Backstage at the 2013 MTV Video Music Awards, West personally approached Lamar about joining him on the road. “It’s a different kind of thrill when an actual artist asks you, when Kanye asks you,” Lamar said, pronouncing West’s first name the way he always does, with the emphasis on the last syllable, kahn-YAY. “Now I know he’s really interested in what I do.” Lamar said it was easy to make that happen after the chat, but his team remembered a lot of back and forth. “Believe it or not, we were actually trying not to do the tour,” says Terrence Henderson, better known as Punch, the president of Top Dawg Entertainment, Lamar’s label. “We wanted Kendrick to be recording that whole time.”

It’s tempting to imagine that tour partnerships between an established star and an up-and-comer result in lots of communal bonding. And of course sometimes they do. Bono has become famous for taking young bands out on the road with U2 and dispensing his so-called Bono Talk, a sermon on how to avoid the pitfalls of fame. Lamar knew people wanted to think this was happening between him and West, and he obliged within reason, dutifully explaining to journalists how much he was learning from West or telling an employee of his label who asked if they had been hanging out, “We haven’t really got an off day yet to chill out, but that’s the plan.” But a mentor-mentee relationship wasn’t what was expected or desired, and it certainly was not what was happening.

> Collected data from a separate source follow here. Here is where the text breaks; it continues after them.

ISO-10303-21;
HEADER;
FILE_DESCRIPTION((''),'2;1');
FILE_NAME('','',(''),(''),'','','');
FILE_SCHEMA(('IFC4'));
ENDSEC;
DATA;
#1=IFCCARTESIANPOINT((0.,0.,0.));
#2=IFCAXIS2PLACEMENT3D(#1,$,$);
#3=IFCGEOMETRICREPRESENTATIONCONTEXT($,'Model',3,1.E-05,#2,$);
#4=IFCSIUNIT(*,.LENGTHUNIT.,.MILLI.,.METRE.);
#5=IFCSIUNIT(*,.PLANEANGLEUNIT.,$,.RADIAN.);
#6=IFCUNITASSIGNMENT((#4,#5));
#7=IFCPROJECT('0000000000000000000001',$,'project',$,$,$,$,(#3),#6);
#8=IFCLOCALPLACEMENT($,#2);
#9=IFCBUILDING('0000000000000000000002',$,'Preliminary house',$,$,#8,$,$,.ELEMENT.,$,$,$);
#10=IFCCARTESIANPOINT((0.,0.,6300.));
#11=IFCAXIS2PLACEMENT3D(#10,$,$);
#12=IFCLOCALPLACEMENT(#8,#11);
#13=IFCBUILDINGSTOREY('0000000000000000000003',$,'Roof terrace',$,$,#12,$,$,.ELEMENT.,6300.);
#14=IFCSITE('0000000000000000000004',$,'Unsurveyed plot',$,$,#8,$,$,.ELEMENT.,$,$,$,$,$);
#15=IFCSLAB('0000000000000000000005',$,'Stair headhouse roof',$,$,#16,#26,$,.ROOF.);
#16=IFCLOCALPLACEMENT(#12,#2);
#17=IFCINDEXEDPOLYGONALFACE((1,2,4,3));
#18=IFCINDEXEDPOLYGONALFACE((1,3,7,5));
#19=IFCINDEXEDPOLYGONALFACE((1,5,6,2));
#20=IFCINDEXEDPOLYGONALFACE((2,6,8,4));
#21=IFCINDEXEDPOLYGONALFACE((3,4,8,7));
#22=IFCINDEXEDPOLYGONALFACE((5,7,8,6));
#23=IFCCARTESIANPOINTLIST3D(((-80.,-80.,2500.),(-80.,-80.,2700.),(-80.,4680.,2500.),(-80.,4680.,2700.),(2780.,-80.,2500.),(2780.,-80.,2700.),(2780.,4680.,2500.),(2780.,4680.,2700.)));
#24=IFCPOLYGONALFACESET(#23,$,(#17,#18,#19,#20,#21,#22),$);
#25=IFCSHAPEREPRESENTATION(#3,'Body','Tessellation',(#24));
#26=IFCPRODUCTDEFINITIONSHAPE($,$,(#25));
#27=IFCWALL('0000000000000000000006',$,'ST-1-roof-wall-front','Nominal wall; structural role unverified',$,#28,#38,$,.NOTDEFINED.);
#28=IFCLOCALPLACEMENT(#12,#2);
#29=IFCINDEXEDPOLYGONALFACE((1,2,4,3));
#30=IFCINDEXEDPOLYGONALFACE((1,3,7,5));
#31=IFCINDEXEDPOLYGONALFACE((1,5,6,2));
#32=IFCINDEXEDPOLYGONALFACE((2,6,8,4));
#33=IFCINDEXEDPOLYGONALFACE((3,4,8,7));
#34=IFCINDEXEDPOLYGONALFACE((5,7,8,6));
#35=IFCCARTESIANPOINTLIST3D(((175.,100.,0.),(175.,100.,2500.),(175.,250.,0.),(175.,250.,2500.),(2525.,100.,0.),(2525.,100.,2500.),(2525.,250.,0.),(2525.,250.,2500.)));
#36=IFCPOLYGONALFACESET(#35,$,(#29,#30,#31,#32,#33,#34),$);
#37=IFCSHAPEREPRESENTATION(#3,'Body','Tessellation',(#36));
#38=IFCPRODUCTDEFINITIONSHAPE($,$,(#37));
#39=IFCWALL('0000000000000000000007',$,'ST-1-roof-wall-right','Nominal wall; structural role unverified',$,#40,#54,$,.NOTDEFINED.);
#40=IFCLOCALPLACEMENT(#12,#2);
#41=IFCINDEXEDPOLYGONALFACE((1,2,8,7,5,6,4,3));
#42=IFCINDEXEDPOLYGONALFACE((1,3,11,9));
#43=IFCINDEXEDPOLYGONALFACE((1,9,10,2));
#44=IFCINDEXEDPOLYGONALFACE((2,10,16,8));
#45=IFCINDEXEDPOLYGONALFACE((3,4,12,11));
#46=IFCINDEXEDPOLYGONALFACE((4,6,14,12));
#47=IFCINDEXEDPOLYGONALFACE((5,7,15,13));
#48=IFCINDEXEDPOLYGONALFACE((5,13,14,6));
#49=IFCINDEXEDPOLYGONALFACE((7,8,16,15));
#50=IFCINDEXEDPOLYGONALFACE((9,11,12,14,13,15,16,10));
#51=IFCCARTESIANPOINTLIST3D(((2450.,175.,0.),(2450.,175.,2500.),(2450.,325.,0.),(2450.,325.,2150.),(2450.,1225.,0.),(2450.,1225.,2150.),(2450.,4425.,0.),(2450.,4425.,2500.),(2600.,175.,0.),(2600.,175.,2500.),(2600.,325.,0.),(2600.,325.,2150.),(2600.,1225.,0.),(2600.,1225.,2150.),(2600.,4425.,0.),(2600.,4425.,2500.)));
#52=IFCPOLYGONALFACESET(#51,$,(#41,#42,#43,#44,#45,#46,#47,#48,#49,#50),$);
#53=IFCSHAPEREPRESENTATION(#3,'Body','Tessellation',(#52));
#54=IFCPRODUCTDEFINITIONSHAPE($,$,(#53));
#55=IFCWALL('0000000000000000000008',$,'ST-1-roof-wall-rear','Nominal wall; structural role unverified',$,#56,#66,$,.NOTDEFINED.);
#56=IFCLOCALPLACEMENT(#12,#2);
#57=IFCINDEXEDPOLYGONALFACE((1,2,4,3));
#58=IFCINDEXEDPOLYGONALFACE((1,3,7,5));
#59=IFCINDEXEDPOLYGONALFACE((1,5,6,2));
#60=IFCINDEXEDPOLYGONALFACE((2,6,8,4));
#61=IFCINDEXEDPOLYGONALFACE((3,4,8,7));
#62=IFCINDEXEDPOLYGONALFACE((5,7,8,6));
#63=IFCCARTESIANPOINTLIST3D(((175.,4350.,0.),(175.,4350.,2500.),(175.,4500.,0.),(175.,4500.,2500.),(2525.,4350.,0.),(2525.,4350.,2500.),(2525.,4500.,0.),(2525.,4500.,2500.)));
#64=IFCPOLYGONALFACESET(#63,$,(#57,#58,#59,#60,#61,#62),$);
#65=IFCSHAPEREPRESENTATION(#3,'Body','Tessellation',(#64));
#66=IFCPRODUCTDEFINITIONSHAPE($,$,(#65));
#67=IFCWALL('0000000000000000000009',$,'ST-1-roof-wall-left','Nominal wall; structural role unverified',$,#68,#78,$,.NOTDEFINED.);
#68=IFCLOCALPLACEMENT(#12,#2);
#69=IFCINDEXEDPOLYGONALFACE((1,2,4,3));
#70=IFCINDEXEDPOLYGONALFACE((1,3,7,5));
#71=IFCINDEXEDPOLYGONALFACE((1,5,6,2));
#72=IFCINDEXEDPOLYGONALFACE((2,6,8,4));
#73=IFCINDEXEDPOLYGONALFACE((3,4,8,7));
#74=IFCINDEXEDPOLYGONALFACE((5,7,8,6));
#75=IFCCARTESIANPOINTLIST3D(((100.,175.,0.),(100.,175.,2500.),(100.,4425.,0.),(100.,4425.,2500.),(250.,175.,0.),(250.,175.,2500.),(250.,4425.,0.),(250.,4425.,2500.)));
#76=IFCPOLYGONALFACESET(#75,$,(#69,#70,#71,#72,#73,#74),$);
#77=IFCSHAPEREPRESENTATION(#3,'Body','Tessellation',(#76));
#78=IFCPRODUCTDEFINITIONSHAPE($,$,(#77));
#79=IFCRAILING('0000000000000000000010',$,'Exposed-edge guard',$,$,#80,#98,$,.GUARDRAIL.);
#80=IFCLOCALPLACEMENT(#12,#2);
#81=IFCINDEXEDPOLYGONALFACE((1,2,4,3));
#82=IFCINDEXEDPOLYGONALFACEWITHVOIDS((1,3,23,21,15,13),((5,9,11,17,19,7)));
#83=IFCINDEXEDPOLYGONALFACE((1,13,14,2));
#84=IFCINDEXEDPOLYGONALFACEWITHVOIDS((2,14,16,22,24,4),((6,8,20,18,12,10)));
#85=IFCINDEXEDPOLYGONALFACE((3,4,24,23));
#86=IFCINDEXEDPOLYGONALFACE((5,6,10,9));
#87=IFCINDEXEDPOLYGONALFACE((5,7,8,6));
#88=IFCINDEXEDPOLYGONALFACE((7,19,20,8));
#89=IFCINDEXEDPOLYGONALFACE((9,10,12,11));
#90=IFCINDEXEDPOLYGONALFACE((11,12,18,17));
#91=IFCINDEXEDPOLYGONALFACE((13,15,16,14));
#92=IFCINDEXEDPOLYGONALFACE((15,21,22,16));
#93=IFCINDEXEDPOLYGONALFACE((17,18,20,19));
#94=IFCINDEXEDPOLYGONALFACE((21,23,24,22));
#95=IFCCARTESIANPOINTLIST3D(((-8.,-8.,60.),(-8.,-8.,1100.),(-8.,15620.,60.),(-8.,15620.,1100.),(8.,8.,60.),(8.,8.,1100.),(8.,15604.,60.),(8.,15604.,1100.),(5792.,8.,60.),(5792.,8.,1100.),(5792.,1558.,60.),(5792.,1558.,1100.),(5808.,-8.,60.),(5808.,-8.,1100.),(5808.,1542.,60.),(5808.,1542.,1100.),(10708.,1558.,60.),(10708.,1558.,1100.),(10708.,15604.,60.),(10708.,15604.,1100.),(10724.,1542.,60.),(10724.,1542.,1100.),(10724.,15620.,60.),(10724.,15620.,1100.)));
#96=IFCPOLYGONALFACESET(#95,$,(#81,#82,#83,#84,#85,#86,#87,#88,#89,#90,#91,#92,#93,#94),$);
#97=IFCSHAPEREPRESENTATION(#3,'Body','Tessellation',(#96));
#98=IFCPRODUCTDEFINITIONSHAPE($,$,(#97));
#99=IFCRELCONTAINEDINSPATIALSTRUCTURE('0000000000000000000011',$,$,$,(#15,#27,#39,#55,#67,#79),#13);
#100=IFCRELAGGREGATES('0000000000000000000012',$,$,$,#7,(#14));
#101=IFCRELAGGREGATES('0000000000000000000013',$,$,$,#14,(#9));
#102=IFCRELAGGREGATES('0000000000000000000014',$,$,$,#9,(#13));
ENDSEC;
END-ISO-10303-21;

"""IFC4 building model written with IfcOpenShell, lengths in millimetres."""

from ifc_helpers import new_model, si_unit, frame, origin, place, context, project, spatial, polyline, outline, extrude, element, save


model = new_model("IFC4")

# Units and contexts
model_context = context("Model", 3, precision=1e-05, world=origin())
ifc_project = project(units=[si_unit("LENGTHUNIT", "METRE", prefix="MILLI"), si_unit("PLANEANGLEUNIT", "RADIAN")], contexts=[model_context])

# Site, building, storey
placement_1 = place(None, origin())
site = spatial("IfcSite", under=ifc_project, at=placement_1, Name="Unsurveyed plot", CompositionType="ELEMENT")
building = spatial("IfcBuilding", under=site, at=placement_1, Name="Preliminary house", CompositionType="ELEMENT")
placement_2 = place(placement_1, frame((0.0, 0.0, 6300.0)))
storey = spatial("IfcBuildingStorey", under=building, at=placement_2, Name="Roof terrace", CompositionType="ELEMENT", Elevation=6300.0)

# Slab
element("IfcSlab", 1, at=placement_2, inside=storey, Name="Stair headhouse roof", PredefinedType="ROOF", context=model_context, shape_type="SweptSolid", body=[
    extrude(outline(polyline([(2780.0, -80.0), (-80.0, -80.0), (-80.0, 4680.0), (2780.0, 4680.0), (2780.0, -80.0)])), frame((0.0, 0.0, 2500.0)), (0.0, 0.0, 1.0), 200.0),
])

# Wall
element("IfcWall", 2, at=placement_2, inside=storey, Name="ST-1-roof-wall-front", Description="Nominal wall; structural role unverified", PredefinedType="NOTDEFINED", context=model_context, shape_type="SweptSolid", body=[
    extrude(outline(polyline([(2525.0, 250.0), (2525.0, 100.0), (175.0, 100.0), (175.0, 250.0), (2525.0, 250.0)])), origin(), (0.0, 0.0, 1.0), 2500.0),
])

# Wall, opening
wall_1 = element("IfcWall", 3, at=placement_2, inside=storey, Name="ST-1-roof-wall-right", Description="Nominal wall; structural role unverified", PredefinedType="NOTDEFINED", context=model_context, shape_type="SweptSolid", body=[
    extrude(outline(polyline([(2450.0, 4425.0), (2600.0, 4425.0), (2600.0, 175.0), (2450.0, 175.0), (2450.0, 4425.0)])), origin(), (0.0, 0.0, 1.0), 2500.0),
])
element("IfcOpeningElement", 4, at=placement_2, cuts=wall_1, PredefinedType="OPENING", context=model_context, shape_type="SweptSolid", body=[
    extrude(outline(polyline([(2975.0, 325.0), (2975.0, 1225.0), (2075.0, 1225.0), (2075.0, 325.0), (2975.0, 325.0)])), origin(), (0.0, 0.0, 1.0), 2150.0),
])

# Walls
element("IfcWall", 5, at=placement_2, inside=storey, Name="ST-1-roof-wall-rear", Description="Nominal wall; structural role unverified", PredefinedType="NOTDEFINED", context=model_context, shape_type="SweptSolid", body=[
    extrude(outline(polyline([(2525.0, 4500.0), (2525.0, 4350.0), (175.0, 4350.0), (175.0, 4500.0), (2525.0, 4500.0)])), origin(), (0.0, 0.0, 1.0), 2500.0),
])
element("IfcWall", 6, at=placement_2, inside=storey, Name="ST-1-roof-wall-left", Description="Nominal wall; structural role unverified", PredefinedType="NOTDEFINED", context=model_context, shape_type="SweptSolid", body=[
    extrude(outline(polyline([(100.0, 4425.0), (250.0, 4425.0), (250.0, 175.0), (100.0, 175.0), (100.0, 4425.0)])), origin(), (0.0, 0.0, 1.0), 2500.0),
])

# Railing
element("IfcRailing", 7, at=placement_2, inside=storey, Name="Exposed-edge guard", PredefinedType="GUARDRAIL", context=model_context, shape_type="SweptSolid", body=[
    extrude(outline(polyline([(-8.0, -8.0), (-8.0, 15620.0), (10724.0, 15620.0), (10724.0, 1542.0), (5808.0, 1542.0), (5808.0, -8.0), (-8.0, -8.0)]), holes=[polyline([(8.0, 8.0), (5792.0, 8.0), (5792.0, 1558.0), (10708.0, 1558.0), (10708.0, 15604.0), (8.0, 15604.0), (8.0, 8.0)])]), frame((0.0, 0.0, 60.0)), (0.0, 0.0, 1.0), 1040.0),
])

save(model, "model.ifc")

“I’m the worst,” he eventually said, breaking the silence. “Whenever I get good news about anything . . . man, I guess I’m bad at receiving compliments.” He stopped typing but didn’t look up from the phone, his face all but obscured beneath his black hood. “Like yesterday with the nominations, things like that — it made me feel like I had to be in the studio because I had to do it, not again, but. . . .” He couldn’t quite finish his thought. “It just bothers me,” he said finally. “I don’t want to be something that just comes and goes.”